Assignment: Where a line in the entries below contains the word "Profile", count it. Return the total alone.

Stored items

BEGIN

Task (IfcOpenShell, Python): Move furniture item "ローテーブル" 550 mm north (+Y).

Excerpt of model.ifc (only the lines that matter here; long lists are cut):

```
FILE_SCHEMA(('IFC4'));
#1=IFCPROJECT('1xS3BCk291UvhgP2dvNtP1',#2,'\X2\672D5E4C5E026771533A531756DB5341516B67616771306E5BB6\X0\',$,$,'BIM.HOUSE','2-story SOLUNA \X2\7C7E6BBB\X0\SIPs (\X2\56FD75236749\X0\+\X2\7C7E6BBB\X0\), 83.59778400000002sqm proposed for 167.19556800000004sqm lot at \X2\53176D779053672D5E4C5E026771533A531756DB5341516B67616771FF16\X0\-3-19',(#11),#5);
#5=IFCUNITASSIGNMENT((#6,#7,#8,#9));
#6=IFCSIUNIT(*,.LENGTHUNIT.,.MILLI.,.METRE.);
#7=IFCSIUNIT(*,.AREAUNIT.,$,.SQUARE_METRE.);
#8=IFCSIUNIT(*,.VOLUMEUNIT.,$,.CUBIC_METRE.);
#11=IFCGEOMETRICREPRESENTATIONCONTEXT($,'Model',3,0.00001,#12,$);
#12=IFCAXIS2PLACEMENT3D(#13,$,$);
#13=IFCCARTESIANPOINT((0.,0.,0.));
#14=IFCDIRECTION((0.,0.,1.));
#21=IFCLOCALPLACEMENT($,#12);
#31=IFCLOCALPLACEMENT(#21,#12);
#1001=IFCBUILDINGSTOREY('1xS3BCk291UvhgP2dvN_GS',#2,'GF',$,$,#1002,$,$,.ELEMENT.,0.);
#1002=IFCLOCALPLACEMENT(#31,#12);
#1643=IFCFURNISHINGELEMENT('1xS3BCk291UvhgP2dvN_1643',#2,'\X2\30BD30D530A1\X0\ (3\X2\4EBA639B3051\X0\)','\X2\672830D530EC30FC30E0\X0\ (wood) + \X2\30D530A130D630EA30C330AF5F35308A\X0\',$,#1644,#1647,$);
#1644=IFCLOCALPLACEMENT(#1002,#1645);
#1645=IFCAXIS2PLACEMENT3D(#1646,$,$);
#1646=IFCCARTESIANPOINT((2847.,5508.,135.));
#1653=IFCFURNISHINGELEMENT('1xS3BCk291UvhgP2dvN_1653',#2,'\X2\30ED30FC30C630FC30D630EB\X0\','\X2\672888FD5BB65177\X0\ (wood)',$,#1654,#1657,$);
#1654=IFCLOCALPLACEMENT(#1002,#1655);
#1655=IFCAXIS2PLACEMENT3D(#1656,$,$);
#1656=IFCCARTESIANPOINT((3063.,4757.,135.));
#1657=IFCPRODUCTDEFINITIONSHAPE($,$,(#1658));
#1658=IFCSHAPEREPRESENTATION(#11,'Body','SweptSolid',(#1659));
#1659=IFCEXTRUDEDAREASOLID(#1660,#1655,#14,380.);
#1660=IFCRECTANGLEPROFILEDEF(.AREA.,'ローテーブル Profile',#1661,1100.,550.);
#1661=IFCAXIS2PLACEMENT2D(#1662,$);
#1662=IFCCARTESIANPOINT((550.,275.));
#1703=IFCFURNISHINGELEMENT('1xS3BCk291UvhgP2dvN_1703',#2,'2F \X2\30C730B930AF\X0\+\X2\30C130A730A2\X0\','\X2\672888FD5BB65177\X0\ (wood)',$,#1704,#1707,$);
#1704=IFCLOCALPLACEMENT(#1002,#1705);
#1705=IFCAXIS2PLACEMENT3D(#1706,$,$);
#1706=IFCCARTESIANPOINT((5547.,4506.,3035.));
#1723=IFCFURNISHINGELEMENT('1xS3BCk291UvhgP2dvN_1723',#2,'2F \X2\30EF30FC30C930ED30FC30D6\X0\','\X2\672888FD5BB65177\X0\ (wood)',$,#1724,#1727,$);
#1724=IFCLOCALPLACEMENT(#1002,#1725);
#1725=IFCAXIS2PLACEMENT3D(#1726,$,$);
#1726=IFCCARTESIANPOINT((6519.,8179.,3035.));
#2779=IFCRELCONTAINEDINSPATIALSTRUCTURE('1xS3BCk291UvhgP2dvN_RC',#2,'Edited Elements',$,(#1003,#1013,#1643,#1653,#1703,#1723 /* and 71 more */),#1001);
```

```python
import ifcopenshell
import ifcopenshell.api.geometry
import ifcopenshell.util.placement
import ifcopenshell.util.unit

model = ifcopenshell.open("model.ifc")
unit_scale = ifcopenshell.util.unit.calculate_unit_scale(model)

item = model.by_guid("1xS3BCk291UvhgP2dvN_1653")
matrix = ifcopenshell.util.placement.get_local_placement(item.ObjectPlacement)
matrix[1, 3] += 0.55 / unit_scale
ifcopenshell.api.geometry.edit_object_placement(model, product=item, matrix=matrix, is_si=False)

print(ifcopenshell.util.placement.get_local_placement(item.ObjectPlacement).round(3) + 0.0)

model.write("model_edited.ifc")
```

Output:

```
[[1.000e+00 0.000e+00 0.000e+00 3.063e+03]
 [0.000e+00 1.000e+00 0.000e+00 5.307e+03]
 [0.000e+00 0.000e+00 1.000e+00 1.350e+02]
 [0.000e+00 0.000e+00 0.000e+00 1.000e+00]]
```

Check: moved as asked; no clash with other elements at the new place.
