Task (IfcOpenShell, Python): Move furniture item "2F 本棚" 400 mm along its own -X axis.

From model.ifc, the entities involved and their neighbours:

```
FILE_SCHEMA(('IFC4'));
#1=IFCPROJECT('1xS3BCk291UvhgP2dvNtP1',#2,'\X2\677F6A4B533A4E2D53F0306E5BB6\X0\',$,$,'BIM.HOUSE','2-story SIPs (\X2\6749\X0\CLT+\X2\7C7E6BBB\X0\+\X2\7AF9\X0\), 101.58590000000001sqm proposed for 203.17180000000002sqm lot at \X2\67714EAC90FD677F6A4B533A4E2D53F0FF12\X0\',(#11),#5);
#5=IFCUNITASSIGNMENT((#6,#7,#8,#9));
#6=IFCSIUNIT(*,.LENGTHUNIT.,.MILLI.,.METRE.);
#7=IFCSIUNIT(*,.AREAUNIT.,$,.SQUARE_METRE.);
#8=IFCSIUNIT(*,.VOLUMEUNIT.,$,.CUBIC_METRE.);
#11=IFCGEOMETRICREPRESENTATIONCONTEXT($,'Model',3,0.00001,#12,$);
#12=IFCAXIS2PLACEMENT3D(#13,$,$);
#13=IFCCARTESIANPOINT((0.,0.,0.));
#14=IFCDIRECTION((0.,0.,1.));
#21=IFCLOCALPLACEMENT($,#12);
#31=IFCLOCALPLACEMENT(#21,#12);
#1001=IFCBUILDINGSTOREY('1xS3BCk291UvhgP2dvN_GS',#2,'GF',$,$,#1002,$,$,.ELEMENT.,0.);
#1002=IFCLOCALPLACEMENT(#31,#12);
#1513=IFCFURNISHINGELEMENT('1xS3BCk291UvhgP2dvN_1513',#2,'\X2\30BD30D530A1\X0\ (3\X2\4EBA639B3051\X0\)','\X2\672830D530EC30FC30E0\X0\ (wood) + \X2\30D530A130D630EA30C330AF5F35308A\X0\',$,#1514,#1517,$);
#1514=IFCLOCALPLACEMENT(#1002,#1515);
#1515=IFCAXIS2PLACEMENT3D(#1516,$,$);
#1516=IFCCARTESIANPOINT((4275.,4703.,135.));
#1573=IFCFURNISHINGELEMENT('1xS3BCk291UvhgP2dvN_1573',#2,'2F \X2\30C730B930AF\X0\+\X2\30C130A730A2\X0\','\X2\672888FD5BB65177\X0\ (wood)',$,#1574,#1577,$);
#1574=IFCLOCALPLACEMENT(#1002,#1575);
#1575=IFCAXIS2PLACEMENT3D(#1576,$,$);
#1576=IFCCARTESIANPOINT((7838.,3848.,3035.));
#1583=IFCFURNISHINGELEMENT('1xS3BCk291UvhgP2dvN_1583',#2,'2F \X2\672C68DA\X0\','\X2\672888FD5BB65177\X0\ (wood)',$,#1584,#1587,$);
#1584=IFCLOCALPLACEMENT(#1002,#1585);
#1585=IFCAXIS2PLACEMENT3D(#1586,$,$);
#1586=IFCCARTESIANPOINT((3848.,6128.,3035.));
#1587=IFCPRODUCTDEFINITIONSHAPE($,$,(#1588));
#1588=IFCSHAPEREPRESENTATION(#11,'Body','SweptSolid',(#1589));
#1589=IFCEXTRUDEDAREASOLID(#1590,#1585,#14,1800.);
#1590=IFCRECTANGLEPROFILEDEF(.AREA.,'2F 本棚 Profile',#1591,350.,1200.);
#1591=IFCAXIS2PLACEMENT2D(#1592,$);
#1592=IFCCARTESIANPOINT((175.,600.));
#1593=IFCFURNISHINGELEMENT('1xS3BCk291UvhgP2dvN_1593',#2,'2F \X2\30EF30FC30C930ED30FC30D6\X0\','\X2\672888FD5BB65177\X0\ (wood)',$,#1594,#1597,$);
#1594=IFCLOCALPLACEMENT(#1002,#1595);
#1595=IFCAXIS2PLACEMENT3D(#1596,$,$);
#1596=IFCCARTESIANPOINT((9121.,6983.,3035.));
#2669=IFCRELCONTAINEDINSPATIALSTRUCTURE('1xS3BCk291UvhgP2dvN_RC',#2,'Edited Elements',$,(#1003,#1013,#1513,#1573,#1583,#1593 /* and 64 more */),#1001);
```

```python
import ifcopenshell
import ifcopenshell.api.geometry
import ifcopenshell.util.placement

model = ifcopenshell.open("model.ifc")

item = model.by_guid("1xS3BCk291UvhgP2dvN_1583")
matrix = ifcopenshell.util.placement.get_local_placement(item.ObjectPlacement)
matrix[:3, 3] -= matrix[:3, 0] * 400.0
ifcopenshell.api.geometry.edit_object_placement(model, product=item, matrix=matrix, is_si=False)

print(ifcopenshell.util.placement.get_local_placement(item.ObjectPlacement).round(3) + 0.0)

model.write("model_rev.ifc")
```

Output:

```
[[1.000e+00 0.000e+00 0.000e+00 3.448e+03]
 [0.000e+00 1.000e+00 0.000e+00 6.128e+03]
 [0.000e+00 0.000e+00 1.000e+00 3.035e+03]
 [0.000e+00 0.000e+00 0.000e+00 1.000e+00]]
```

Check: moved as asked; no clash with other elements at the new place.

END

Exercise result: 2